[Start of section]

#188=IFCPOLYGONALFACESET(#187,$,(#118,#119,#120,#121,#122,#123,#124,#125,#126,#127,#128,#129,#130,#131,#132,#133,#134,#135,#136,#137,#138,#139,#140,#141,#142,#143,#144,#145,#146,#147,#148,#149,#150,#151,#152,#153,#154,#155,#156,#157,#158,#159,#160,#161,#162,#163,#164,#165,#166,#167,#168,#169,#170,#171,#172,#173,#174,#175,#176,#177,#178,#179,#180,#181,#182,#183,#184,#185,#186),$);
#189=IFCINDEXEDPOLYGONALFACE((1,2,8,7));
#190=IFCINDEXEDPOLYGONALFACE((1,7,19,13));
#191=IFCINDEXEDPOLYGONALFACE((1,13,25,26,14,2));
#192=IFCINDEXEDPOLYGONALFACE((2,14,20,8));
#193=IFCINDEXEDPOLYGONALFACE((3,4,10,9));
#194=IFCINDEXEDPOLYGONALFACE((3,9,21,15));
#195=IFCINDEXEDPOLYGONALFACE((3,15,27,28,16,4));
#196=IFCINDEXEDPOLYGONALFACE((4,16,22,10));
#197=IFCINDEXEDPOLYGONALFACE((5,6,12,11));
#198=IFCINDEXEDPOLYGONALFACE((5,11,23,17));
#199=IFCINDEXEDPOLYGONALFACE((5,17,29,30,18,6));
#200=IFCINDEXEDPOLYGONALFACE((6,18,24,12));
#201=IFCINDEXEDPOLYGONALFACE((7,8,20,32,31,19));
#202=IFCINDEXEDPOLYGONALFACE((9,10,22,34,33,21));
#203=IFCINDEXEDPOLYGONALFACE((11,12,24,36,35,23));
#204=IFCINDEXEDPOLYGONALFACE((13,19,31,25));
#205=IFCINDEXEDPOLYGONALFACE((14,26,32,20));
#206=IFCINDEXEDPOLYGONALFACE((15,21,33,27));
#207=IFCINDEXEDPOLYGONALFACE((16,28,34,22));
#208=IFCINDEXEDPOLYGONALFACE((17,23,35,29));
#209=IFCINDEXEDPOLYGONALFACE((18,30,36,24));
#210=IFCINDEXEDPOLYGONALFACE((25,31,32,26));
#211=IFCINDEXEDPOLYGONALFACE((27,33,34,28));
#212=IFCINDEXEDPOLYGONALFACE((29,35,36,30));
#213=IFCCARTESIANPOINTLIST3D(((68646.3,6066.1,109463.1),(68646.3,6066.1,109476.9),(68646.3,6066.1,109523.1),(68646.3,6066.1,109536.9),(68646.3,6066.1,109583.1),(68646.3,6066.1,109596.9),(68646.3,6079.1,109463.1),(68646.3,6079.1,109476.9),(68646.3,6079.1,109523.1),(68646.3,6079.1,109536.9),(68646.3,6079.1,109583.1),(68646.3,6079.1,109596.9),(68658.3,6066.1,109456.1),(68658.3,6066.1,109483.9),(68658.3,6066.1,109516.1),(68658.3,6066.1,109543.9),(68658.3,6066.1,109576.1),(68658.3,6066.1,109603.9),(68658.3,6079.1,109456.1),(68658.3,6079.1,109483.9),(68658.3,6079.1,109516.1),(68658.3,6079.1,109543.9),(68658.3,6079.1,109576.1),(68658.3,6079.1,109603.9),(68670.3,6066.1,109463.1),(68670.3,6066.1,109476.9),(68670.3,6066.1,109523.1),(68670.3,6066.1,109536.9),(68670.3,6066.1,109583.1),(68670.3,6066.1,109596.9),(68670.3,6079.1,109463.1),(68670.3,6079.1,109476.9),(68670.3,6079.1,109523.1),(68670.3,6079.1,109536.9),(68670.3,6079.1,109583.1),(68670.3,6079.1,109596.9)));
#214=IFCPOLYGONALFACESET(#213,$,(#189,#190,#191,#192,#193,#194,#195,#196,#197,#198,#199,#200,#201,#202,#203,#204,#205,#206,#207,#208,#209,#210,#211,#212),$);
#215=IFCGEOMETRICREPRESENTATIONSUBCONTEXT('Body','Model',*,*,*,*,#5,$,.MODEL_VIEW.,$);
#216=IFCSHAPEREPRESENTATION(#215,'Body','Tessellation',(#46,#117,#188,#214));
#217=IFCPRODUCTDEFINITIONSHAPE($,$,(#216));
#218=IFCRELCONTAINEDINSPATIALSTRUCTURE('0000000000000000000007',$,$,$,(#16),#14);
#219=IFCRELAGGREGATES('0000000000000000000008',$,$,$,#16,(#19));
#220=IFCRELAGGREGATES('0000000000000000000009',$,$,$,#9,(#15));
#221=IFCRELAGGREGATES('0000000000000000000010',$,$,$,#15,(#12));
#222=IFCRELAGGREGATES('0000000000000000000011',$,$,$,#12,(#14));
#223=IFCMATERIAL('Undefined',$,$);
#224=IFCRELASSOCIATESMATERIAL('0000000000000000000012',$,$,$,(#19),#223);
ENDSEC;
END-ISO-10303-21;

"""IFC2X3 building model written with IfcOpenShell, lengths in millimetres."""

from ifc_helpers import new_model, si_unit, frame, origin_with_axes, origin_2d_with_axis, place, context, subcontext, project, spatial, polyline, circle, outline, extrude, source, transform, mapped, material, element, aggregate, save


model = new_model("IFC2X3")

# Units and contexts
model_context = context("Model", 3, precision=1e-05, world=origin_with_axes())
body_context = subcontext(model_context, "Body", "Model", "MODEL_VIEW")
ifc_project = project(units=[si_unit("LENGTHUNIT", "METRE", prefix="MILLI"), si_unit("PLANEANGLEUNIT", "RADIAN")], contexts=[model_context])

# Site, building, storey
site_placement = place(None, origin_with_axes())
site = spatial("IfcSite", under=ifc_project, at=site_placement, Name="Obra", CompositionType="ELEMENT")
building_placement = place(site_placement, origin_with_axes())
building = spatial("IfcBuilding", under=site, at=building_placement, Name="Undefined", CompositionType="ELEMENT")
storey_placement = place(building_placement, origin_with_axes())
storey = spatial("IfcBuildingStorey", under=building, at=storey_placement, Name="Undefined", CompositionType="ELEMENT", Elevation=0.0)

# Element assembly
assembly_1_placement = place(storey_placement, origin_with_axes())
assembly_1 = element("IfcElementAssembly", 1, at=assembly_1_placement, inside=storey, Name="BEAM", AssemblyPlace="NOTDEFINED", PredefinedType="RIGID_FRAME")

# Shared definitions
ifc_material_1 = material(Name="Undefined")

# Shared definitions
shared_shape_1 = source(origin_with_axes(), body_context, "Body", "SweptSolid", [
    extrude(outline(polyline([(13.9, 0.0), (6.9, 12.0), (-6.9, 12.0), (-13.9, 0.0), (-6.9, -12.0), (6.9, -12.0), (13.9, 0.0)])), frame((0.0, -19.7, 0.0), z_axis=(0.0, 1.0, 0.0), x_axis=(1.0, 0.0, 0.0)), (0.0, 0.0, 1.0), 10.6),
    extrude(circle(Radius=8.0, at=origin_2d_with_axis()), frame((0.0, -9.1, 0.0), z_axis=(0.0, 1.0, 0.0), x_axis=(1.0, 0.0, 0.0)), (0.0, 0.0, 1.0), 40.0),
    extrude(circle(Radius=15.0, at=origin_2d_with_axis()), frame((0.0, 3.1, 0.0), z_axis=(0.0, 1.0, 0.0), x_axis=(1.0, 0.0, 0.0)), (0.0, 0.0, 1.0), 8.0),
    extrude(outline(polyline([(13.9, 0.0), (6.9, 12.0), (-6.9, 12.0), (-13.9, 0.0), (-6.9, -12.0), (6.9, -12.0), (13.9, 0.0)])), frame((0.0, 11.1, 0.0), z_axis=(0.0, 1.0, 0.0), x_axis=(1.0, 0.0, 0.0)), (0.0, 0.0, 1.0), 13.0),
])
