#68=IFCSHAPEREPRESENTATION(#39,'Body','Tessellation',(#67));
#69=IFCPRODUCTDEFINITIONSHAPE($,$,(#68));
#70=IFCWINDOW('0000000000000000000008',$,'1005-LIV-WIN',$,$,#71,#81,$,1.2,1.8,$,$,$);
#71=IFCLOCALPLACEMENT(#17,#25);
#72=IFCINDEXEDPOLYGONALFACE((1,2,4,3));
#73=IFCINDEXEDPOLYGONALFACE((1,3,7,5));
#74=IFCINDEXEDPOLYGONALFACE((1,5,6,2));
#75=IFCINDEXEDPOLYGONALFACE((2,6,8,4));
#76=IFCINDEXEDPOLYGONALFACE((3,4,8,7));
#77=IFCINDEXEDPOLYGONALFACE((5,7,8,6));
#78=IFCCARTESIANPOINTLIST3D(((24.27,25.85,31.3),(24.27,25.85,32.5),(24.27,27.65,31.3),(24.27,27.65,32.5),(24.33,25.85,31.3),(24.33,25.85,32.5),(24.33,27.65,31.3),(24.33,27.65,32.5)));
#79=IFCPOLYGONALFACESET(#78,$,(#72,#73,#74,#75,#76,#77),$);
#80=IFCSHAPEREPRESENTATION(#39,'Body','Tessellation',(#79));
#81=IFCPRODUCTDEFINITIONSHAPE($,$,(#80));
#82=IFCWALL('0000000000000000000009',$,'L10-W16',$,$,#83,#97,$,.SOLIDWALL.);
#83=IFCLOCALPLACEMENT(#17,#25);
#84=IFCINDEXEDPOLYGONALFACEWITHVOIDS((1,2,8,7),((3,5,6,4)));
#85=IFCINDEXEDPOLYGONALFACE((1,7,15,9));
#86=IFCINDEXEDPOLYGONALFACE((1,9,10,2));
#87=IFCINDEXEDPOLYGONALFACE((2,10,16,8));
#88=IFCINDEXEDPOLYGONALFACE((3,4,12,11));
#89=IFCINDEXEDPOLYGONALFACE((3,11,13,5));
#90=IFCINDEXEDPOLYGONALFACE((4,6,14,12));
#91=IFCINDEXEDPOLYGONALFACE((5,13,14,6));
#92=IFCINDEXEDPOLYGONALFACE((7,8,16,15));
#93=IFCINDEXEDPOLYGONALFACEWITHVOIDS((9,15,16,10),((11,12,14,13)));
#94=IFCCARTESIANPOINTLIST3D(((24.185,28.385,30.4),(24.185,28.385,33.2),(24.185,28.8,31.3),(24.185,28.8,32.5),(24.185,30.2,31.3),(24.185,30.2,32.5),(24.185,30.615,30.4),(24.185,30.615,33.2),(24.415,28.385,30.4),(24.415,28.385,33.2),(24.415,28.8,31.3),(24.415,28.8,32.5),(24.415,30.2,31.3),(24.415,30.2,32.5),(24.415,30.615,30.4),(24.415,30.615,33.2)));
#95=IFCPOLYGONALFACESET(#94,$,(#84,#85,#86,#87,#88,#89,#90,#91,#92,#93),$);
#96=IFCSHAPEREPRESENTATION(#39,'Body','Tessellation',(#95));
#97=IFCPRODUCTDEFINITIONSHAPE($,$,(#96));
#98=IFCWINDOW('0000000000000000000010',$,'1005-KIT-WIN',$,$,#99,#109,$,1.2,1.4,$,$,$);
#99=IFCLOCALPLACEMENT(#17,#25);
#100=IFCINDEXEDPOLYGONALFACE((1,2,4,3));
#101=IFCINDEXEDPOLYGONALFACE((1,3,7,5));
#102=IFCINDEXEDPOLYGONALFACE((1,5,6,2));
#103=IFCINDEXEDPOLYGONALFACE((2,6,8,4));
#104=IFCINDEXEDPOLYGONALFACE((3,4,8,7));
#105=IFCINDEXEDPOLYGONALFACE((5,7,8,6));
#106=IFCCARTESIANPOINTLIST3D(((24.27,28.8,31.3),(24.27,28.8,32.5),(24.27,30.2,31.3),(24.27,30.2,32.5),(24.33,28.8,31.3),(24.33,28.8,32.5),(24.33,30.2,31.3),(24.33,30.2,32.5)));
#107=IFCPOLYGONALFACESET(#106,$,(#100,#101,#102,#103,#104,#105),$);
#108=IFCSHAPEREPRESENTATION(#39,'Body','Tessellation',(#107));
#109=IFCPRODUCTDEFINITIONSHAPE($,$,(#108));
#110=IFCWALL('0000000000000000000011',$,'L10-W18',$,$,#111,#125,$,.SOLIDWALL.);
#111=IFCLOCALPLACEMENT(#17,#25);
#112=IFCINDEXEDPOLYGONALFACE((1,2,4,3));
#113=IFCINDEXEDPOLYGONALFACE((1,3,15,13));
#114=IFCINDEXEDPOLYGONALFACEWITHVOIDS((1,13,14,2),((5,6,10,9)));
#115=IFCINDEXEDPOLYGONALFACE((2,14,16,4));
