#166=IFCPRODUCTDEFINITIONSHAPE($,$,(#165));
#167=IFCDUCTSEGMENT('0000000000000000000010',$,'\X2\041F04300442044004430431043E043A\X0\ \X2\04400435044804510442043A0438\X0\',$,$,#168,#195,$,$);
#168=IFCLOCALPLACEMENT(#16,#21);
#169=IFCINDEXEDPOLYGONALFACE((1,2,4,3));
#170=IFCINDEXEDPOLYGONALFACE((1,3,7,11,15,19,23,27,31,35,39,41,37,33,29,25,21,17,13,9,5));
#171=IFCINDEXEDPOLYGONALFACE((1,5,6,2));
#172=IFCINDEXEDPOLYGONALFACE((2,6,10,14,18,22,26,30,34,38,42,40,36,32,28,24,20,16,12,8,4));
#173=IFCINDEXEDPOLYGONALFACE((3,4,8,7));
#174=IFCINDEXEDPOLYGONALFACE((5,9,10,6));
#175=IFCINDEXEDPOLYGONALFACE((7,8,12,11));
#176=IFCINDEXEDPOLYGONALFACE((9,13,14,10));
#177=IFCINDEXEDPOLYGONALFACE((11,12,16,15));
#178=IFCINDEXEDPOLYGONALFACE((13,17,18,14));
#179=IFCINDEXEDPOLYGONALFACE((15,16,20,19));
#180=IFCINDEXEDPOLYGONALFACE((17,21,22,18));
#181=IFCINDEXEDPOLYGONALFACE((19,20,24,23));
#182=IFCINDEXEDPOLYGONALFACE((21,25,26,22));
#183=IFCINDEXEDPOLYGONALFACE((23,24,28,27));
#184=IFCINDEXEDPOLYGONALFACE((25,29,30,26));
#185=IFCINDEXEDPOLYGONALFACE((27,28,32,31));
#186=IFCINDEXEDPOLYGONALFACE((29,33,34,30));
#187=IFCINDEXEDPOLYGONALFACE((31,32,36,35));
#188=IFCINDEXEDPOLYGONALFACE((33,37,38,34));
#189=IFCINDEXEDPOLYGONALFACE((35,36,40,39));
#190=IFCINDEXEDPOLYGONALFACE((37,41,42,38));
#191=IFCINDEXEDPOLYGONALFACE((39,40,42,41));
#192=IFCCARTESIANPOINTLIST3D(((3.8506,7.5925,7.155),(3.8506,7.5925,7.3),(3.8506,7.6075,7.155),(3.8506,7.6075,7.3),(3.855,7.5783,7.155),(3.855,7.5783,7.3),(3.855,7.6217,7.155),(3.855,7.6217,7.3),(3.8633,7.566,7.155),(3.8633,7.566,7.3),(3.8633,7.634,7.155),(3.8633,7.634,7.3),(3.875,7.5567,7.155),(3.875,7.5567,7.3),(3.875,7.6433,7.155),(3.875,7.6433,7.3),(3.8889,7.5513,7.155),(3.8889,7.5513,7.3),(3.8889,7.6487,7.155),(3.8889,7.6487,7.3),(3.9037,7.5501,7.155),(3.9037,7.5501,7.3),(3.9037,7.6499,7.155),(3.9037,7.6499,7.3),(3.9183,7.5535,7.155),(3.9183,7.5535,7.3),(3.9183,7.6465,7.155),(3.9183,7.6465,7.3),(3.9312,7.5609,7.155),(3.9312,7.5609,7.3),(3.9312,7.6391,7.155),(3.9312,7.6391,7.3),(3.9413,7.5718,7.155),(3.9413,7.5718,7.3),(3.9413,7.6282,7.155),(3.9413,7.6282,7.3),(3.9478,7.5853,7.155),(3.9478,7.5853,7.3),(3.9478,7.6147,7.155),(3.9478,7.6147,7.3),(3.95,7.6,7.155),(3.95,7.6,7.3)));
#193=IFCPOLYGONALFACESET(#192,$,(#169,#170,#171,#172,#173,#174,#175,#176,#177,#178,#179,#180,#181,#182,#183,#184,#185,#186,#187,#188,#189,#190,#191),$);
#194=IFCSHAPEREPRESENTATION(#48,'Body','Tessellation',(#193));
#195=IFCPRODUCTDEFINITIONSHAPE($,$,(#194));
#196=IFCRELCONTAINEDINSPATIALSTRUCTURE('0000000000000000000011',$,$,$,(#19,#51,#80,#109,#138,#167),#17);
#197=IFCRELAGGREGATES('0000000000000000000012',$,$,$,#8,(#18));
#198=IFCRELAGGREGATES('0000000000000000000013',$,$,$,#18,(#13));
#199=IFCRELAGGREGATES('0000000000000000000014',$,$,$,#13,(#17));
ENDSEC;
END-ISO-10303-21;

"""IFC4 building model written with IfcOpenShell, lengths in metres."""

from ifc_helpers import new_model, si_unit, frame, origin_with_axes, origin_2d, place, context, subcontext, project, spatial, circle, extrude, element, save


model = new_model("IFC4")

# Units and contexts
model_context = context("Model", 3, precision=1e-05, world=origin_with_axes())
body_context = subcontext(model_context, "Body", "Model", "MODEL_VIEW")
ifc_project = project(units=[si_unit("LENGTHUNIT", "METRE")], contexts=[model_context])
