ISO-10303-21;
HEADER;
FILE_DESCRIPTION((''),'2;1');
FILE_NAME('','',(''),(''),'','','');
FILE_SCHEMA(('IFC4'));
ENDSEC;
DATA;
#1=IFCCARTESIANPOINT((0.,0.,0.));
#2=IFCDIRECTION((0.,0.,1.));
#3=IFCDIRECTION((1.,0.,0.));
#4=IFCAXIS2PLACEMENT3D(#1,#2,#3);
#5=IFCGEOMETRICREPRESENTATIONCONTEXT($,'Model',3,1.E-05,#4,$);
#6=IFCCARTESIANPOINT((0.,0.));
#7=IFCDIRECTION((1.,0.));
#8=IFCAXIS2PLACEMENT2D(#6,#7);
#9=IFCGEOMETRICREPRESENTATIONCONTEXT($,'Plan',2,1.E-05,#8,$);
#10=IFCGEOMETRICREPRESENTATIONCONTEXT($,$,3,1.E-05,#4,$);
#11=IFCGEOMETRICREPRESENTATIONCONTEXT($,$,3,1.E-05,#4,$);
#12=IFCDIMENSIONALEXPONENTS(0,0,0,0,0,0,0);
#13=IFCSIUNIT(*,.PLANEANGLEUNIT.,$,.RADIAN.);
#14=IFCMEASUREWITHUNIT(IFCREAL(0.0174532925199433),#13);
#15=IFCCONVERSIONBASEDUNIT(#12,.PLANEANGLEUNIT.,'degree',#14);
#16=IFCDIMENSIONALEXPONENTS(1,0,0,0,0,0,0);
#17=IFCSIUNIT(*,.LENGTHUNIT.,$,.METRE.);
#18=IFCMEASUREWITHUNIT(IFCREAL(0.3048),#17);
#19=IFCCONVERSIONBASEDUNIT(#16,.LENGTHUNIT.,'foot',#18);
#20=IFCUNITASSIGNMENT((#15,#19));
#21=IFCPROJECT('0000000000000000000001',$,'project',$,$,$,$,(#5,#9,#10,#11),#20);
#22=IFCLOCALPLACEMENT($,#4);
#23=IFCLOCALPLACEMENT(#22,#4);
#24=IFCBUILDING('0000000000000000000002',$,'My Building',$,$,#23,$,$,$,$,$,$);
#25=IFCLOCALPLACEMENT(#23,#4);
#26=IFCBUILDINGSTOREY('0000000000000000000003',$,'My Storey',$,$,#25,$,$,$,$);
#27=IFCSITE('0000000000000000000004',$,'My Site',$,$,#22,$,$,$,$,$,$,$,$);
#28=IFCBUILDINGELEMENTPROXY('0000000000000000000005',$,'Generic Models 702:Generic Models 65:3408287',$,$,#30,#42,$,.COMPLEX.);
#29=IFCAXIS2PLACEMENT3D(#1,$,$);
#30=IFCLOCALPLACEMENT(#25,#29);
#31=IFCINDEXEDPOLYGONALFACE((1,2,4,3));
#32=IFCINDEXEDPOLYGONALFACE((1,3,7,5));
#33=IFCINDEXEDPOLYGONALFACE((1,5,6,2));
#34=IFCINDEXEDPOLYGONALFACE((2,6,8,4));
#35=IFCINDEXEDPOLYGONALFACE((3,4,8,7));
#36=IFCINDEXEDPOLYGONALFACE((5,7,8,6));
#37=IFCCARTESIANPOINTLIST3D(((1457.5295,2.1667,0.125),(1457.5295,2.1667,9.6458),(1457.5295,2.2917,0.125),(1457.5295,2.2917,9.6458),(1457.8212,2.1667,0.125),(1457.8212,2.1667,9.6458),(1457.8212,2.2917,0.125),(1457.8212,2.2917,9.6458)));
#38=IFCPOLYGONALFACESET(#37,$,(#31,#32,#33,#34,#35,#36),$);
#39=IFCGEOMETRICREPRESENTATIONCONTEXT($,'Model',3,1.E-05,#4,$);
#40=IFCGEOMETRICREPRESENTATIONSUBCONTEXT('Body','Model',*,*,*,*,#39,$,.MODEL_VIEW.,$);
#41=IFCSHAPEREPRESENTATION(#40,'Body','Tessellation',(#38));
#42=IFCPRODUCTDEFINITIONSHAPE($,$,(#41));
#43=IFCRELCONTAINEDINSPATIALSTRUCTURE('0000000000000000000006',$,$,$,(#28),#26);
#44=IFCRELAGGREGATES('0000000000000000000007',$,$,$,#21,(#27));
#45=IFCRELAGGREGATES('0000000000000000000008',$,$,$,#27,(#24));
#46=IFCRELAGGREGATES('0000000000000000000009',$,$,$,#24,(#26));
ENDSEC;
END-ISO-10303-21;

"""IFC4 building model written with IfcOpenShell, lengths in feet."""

from ifc_helpers import new_model, entity, si_unit, converted_unit, frame, origin_with_axes, origin_2d_with_axis, place, context, subcontext, project, spatial, polyline, outline, extrude, element, save


model = new_model("IFC4")

# Units and contexts
model_context_1 = context("Model", 3, precision=1e-05, world=origin_with_axes())
plan_context = context("Plan", 2, precision=1e-05, world=origin_2d_with_axis())
model_context_2 = context("Model", 3, precision=1e-05, world=origin_with_axes())
context_of_model_1 = context(None, 3, precision=1e-05, world=origin_with_axes())
context_of_model_2 = context(None, 3, precision=1e-05, world=origin_with_axes())
body_context_1 = subcontext(model_context_2, "Body", "Model", "MODEL_VIEW")
ifc_project = project(units=[converted_unit("PLANEANGLEUNIT", "degree", entity("IfcReal", 0.0174532925199433), si_unit("PLANEANGLEUNIT", "RADIAN"), dimensions=[0, 0, 0, 0, 0, 0, 0]), converted_unit("LENGTHUNIT", "foot", entity("IfcReal", 0.3048), si_unit("LENGTHUNIT", "METRE"), dimensions=[1, 0, 0, 0, 0, 0, 0])], contexts=[model_context_1, plan_context, context_of_model_1, context_of_model_2])

# Site, building, storey
site_placement = place(None, origin_with_axes())
site = spatial("IfcSite", under=ifc_project, at=site_placement, Name="My Site")
building_placement = place(site_placement, origin_with_axes())
building = spatial("IfcBuilding", under=site, at=building_placement, Name="My Building")
storey_placement = place(building_placement, origin_with_axes())
storey = spatial("IfcBuildingStorey", under=building, at=storey_placement, Name="My Storey")

# Building element proxy
proxy_placement = place(storey_placement, frame((1457.5295, 2.1667, 0.125), z_axis=(0.0, 0.0, 1.0), x_axis=(1.0, 0.0, 0.0)))
element("IfcBuildingElementProxy", 1, at=proxy_placement, inside=storey, Name="Generic Models 702:Generic Models 65:3408287", PredefinedType="COMPLEX", context=body_context_1, shape_type="SweptSolid", body=[
    extrude(outline(polyline([(-0.1458, -0.0625), (0.1458, -0.0625), (0.1458, 0.0625), (-0.1458, 0.0625), (-0.1458, -0.0625)])), frame((0.1458, 0.0625, 0.0), z_axis=(0.0, 0.0, -1.0), x_axis=(-1.0, 0.0, 0.0)), (0.0, 0.0, -1.0), 9.5208),
])

save(model, "model.ifc")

[End of section]

DIRECTIONS: Please restate the records word for word. Go from the first line to the line with "#212=IFCINDEXEDPOLYGONALFACE((29,35,36,30));" and include both.

RESPONSE AREA:
#188=IFCPOLYGONALFACESET(#187,$,(#118,#119,#120,#121,#122,#123,#124,#125,#126,#127,#128,#129,#130,#131,#132,#133,#134,#135,#136,#137,#138,#139,#140,#141,#142,#143,#144,#145,#146,#147,#148,#149,#150,#151,#152,#153,#154,#155,#156,#157,#158,#159,#160,#161,#162,#163,#164,#165,#166,#167,#168,#169,#170,#171,#172,#173,#174,#175,#176,#177,#178,#179,#180,#181,#182,#183,#184,#185,#186),$);
#189=IFCINDEXEDPOLYGONALFACE((1,2,8,7));
#190=IFCINDEXEDPOLYGONALFACE((1,7,19,13));
#191=IFCINDEXEDPOLYGONALFACE((1,13,25,26,14,2));
#192=IFCINDEXEDPOLYGONALFACE((2,14,20,8));
#193=IFCINDEXEDPOLYGONALFACE((3,4,10,9));
#194=IFCINDEXEDPOLYGONALFACE((3,9,21,15));
#195=IFCINDEXEDPOLYGONALFACE((3,15,27,28,16,4));
#196=IFCINDEXEDPOLYGONALFACE((4,16,22,10));
#197=IFCINDEXEDPOLYGONALFACE((5,6,12,11));
#198=IFCINDEXEDPOLYGONALFACE((5,11,23,17));
#199=IFCINDEXEDPOLYGONALFACE((5,17,29,30,18,6));
#200=IFCINDEXEDPOLYGONALFACE((6,18,24,12));
#201=IFCINDEXEDPOLYGONALFACE((7,8,20,32,31,19));
#202=IFCINDEXEDPOLYGONALFACE((9,10,22,34,33,21));
#203=IFCINDEXEDPOLYGONALFACE((11,12,24,36,35,23));
#204=IFCINDEXEDPOLYGONALFACE((13,19,31,25));
#205=IFCINDEXEDPOLYGONALFACE((14,26,32,20));
#206=IFCINDEXEDPOLYGONALFACE((15,21,33,27));
#207=IFCINDEXEDPOLYGONALFACE((16,28,34,22));
#208=IFCINDEXEDPOLYGONALFACE((17,23,35,29));
#209=IFCINDEXEDPOLYGONALFACE((18,30,36,24));
#210=IFCINDEXEDPOLYGONALFACE((25,31,32,26));
#211=IFCINDEXEDPOLYGONALFACE((27,33,34,28));
#212=IFCINDEXEDPOLYGONALFACE((29,35,36,30));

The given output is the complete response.